Batch fermentations of 250 g/L sucrose by yeast strains. The consumption of sucrose (circles), and ethanol (triangles) and biomass (squares) production during sucrose batch fermentations with 10 g/L yeast cells (dry weight) of strain 1403-7A (black symbols) or strain LCM001 (open symbols) were determined with rich YP medium. Data shown are means (± range) from two independent experiments.

Figure 5

Batch growth of yeast strains on 20 g/L sucrose. The consumption of sucrose and the ethanol and biomass production by strain 1403-7A (solid circles) or strain LCM001 (hollow circles) were determined during growth in rich YP medium. For each strain a representative growth curve is shown.

Figure 6

Biomass yields by yeast strains. The relative biomass yields, normalized to the values obtained by the wild-type 1403-7A strain in medium containing 20 g/L glucose, were determined during growth of strain 1403-7A (black symbols) or strain LCM001 (red symbols) in synthetic yeast nitrogen medium containing 5 (triangles), 10 (squares) or 15 (inverted triangles) g/L ammonium sulfate (open symbols) or peptone (close symbols) as nitrogen source, and 20 g/L of the indicated carbon sources.
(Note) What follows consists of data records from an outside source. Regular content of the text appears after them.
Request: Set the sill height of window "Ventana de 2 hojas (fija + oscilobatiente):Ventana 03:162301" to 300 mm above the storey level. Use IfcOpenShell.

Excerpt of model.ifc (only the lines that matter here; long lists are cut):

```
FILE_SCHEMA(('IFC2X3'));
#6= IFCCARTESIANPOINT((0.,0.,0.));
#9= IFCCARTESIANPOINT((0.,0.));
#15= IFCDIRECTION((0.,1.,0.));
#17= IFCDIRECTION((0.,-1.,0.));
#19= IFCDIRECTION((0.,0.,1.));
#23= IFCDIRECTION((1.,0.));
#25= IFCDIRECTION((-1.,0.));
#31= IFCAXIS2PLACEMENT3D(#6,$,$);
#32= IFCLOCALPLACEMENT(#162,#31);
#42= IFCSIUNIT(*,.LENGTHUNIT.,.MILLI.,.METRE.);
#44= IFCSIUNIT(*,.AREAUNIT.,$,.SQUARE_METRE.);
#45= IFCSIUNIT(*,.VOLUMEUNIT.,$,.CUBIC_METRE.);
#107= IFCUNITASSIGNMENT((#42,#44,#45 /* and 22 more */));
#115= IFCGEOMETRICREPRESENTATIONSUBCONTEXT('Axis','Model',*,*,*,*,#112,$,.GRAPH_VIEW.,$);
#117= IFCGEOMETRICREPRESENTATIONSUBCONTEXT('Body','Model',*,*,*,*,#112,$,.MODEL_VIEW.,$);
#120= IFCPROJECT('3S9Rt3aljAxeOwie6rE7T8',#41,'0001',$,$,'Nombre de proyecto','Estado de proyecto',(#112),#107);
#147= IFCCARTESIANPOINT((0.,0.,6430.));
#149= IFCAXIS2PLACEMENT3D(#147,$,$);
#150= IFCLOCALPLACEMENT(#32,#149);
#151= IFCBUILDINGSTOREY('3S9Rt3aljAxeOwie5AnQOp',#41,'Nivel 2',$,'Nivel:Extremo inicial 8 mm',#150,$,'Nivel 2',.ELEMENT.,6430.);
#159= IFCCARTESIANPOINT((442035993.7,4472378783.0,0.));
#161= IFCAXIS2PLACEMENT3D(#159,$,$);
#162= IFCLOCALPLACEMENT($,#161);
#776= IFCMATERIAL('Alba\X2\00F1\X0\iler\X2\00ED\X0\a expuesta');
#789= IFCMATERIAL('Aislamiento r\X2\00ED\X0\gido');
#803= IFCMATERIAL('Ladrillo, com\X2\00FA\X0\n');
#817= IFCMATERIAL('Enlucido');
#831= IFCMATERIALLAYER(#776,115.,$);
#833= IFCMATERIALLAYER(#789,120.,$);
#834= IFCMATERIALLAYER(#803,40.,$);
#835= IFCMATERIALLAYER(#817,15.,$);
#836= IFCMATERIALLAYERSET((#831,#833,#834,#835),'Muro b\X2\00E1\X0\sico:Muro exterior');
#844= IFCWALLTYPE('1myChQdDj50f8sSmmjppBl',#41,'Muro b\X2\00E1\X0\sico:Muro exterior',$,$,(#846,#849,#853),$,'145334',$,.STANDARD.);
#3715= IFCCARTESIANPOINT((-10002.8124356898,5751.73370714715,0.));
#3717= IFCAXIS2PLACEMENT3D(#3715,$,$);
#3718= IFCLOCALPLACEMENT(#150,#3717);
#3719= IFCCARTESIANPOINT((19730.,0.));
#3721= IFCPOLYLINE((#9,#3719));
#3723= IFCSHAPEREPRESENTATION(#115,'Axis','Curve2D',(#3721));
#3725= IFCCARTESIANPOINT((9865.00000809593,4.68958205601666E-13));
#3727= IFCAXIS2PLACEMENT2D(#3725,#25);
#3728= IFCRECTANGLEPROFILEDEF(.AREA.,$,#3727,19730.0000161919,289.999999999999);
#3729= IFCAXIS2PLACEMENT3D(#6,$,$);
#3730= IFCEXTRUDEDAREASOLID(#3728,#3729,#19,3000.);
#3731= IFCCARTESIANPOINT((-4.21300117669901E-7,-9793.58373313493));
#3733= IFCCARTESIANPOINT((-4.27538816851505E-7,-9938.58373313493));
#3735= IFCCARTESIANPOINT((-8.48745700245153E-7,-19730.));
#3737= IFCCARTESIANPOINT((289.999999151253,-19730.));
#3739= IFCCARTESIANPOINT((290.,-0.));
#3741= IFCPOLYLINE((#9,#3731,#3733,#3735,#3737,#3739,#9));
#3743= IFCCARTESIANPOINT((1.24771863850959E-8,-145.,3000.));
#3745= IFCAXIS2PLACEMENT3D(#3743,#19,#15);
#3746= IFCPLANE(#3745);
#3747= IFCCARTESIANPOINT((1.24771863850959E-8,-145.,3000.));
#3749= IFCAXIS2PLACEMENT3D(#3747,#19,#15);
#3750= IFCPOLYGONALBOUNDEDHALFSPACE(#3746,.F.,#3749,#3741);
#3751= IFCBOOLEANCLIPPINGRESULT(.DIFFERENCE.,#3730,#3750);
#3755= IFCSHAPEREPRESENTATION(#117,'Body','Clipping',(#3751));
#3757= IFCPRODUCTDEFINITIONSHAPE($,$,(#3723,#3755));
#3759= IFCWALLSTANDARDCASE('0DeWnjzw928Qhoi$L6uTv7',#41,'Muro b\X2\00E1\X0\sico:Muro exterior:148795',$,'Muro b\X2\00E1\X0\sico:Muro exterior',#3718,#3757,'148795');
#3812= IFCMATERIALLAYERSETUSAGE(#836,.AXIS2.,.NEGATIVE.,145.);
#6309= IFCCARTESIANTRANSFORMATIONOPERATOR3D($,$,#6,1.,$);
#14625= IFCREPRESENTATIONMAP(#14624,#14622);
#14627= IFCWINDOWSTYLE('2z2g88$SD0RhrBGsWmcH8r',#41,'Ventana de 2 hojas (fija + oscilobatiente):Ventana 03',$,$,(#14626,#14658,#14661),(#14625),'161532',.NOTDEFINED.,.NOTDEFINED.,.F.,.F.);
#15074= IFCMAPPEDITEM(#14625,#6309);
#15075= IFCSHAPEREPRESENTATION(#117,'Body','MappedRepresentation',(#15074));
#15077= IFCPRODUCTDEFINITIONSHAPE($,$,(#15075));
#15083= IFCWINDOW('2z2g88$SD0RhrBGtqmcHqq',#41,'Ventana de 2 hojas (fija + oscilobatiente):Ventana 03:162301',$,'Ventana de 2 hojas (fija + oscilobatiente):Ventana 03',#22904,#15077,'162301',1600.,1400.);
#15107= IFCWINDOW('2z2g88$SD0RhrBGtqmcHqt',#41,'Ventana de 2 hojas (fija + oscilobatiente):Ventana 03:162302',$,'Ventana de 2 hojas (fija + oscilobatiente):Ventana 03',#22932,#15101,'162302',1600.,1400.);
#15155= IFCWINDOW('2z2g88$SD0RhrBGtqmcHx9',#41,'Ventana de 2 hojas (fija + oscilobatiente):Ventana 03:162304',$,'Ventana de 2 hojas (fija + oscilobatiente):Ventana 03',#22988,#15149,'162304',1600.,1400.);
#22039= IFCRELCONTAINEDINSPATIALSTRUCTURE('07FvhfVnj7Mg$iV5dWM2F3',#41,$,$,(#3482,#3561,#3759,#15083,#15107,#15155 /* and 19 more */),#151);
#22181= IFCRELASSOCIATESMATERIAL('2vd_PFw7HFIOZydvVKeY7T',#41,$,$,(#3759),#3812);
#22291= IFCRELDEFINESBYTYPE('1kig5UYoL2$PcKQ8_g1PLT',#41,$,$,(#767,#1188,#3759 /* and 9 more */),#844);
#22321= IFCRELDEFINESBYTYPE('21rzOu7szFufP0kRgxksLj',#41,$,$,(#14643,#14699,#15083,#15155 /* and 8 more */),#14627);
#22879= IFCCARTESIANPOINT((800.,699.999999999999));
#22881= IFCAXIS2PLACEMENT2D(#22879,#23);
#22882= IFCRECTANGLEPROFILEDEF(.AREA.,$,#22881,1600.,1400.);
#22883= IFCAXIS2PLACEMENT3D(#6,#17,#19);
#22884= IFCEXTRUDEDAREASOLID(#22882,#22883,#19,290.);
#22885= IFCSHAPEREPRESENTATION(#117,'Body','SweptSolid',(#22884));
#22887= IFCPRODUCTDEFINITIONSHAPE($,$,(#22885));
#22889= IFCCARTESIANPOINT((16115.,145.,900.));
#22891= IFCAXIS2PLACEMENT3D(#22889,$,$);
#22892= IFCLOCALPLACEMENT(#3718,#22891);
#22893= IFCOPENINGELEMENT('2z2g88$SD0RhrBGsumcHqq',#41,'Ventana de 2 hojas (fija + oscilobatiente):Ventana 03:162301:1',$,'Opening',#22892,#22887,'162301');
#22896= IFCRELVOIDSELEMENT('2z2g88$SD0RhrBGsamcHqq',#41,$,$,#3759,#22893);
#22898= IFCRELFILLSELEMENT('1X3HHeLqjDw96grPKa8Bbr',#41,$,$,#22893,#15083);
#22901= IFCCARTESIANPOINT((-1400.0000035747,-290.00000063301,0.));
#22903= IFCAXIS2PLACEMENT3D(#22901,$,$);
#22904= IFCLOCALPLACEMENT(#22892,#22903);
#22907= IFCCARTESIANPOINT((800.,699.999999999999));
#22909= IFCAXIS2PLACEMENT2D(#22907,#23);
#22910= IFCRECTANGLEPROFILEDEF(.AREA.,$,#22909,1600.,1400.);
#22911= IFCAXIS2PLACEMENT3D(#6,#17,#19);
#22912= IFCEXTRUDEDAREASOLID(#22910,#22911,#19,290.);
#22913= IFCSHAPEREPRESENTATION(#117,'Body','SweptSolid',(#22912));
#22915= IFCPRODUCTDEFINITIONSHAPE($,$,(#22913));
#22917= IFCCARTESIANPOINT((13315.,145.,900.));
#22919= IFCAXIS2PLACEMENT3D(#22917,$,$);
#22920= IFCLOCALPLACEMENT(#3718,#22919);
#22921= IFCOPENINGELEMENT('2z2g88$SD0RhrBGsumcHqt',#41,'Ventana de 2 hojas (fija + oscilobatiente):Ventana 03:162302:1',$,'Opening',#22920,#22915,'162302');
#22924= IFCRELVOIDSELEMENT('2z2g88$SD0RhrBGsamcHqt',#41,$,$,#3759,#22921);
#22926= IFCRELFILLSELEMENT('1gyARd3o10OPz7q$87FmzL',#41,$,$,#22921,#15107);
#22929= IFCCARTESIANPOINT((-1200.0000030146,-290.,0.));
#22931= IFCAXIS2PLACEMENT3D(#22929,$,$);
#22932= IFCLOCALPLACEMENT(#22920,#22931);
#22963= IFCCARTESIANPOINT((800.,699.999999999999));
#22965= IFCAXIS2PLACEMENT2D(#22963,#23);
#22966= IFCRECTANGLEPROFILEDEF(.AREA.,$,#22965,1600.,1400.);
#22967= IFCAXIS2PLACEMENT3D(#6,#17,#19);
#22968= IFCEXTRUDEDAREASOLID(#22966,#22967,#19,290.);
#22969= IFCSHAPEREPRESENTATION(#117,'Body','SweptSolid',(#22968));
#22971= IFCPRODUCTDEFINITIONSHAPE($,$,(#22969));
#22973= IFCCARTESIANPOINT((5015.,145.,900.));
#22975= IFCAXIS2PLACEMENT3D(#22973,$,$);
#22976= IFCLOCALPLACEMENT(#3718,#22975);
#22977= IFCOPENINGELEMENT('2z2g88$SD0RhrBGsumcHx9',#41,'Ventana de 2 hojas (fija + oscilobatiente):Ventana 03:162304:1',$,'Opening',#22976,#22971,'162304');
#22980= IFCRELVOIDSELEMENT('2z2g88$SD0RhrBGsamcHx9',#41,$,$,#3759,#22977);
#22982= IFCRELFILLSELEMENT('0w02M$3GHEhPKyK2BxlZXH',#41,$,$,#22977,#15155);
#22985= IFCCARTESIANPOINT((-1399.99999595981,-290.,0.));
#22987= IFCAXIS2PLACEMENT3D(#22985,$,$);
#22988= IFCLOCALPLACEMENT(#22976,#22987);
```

```python
import numpy as np
import ifcopenshell
import ifcopenshell.api.geometry
import ifcopenshell.geom
import ifcopenshell.util.element
import ifcopenshell.util.placement
import ifcopenshell.util.shape
import ifcopenshell.util.unit

model = ifcopenshell.open("model.ifc")
unit_scale = ifcopenshell.util.unit.calculate_unit_scale(model)

window = model.by_guid("2z2g88$SD0RhrBGtqmcHqq")
opening = window.FillsVoids[0].RelatingOpeningElement
storey = ifcopenshell.util.element.get_container(window, ifc_class="IfcBuildingStorey")
level = ifcopenshell.util.placement.get_local_placement(storey.ObjectPlacement)[2, 3]

# The opening's origin need not be at the sill, so measure its lowest point.
shape = ifcopenshell.geom.create_shape(ifcopenshell.geom.settings(), opening)
bottom = ifcopenshell.util.shape.get_shape_bottom_elevation(shape, shape.geometry) / unit_scale
dz = level + 0.3 / unit_scale - bottom

shift = np.array([0.0, 0.0, dz])
# The window is placed relative to its opening, so it follows when the opening moves.
matrix = ifcopenshell.util.placement.get_local_placement(opening.ObjectPlacement)
matrix[:3, 3] += shift
ifcopenshell.api.geometry.edit_object_placement(
    model, product=opening, matrix=matrix, is_si=False, should_transform_children=True
)

print(f"moved by {dz * unit_scale:+.3f} m")

model.write("model_v2.ifc")
```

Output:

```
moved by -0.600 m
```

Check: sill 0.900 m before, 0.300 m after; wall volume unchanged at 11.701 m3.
Results obtained with rich YP medium (circles) in the absence (open symbols) or presence (close symbols) of antimycin A are also shown. For the wild-type 1403-7A strain the Y_x/s values varied between 0.20 ± 0.02 and 0.48 ± 0.03 g biomass (g glucose)^-1 when ammonium sulfate or peptone were used as nitrogen source, respectively, or 0.14 g biomass (g sucrose)^-1 when antimycin A was added to the medium.